Effective Capacity-Based Resource Allocation in Mobile Edge Computing With Two-Stage Tandem Queues

Abstract

In the mobile edge computing (MEC) network, the applications of devices can be offloaded to the MEC server via the wireless link and then processed through the computation resource, to satisfy the computation and latency demand. Thus, a two-stage tandem queue is formed in the MEC network, consisting of the transmission queue and computation processing queue. However, the fluctuating wireless channel environment not only leads to the stochasticity of service in the first transmission queue, but also brings random computation task arrival in the second computation processing queue, which makes it difficult to guarantee the end-to-end quality of service (QoS) requirement. In this paper, we firstly derive the effective capacity of MEC with the two-stage tandem queue.
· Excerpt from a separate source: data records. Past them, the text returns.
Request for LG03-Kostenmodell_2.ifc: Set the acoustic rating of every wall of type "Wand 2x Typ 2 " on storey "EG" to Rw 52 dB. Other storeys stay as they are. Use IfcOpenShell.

First a look at what the model holds.

```python
import ifcopenshell
import ifcopenshell.util.element

model = ifcopenshell.open("LG03-Kostenmodell_2.ifc")
print(model.schema)
storey = next(s for s in model.by_type("IfcBuildingStorey") if s.Name == "EG")
walls = [e for e in ifcopenshell.util.element.get_decomposition(storey) if e.is_a("IfcWall")]
seen = {}
for e in walls:
    element_type = ifcopenshell.util.element.get_type(e)
    key = (element_type.Name if element_type != e and element_type else None, ifcopenshell.util.element.get_pset(e, "Pset_WallCommon", "AcousticRating"))
    seen[key] = seen.get(key, 0) + 1
for (name, value), count in sorted(seen.items(), key=str):
    print(count, "x", name, "|", value)
```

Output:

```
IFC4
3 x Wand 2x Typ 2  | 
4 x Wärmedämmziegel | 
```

```python
import ifcopenshell
import ifcopenshell.api.pset
import ifcopenshell.util.element

model = ifcopenshell.open("LG03-Kostenmodell_2.ifc")

storey = next(s for s in model.by_type("IfcBuildingStorey") if s.Name == "EG")
walls = [e for e in ifcopenshell.util.element.get_decomposition(storey) if e.is_a("IfcWall")]

count = 0
for e in walls:
    element_type = ifcopenshell.util.element.get_type(e)
    if element_type in (None, e) or element_type.Name != "Wand 2x Typ 2 ":
        continue
    # add_pset returns the element's existing set when there is one.
    pset = ifcopenshell.api.pset.add_pset(model, product=e, name="Pset_WallCommon")
    ifcopenshell.api.pset.edit_pset(model, pset=pset, properties={"AcousticRating": "Rw 52 dB"})
    count += 1

print(count, "walls updated")

model.write("LG03-Kostenmodell_2_edited.ifc")
```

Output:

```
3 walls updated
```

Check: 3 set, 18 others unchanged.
Further, we formulate the joint bandwidth and computation resource allocation problem under the statistical QoS guarantee, to maximize the total revenue of network. This problem is proven to be NP-hard by the reduction to the two-dimensional knapsack problem. Then we propose an efficient algorithm based on alternating direction method of multipliers (ADMM) to reduce the computation complexity, where the complicated problem can be decomposed and transformed into some convex subproblems. Simulation results reveal the inherent relationship between the required bandwidth and computation resource in terms of the supported arrival rate and end-to-end delay, and also demonstrate the proposed scheme can achieve better performance than other schemes.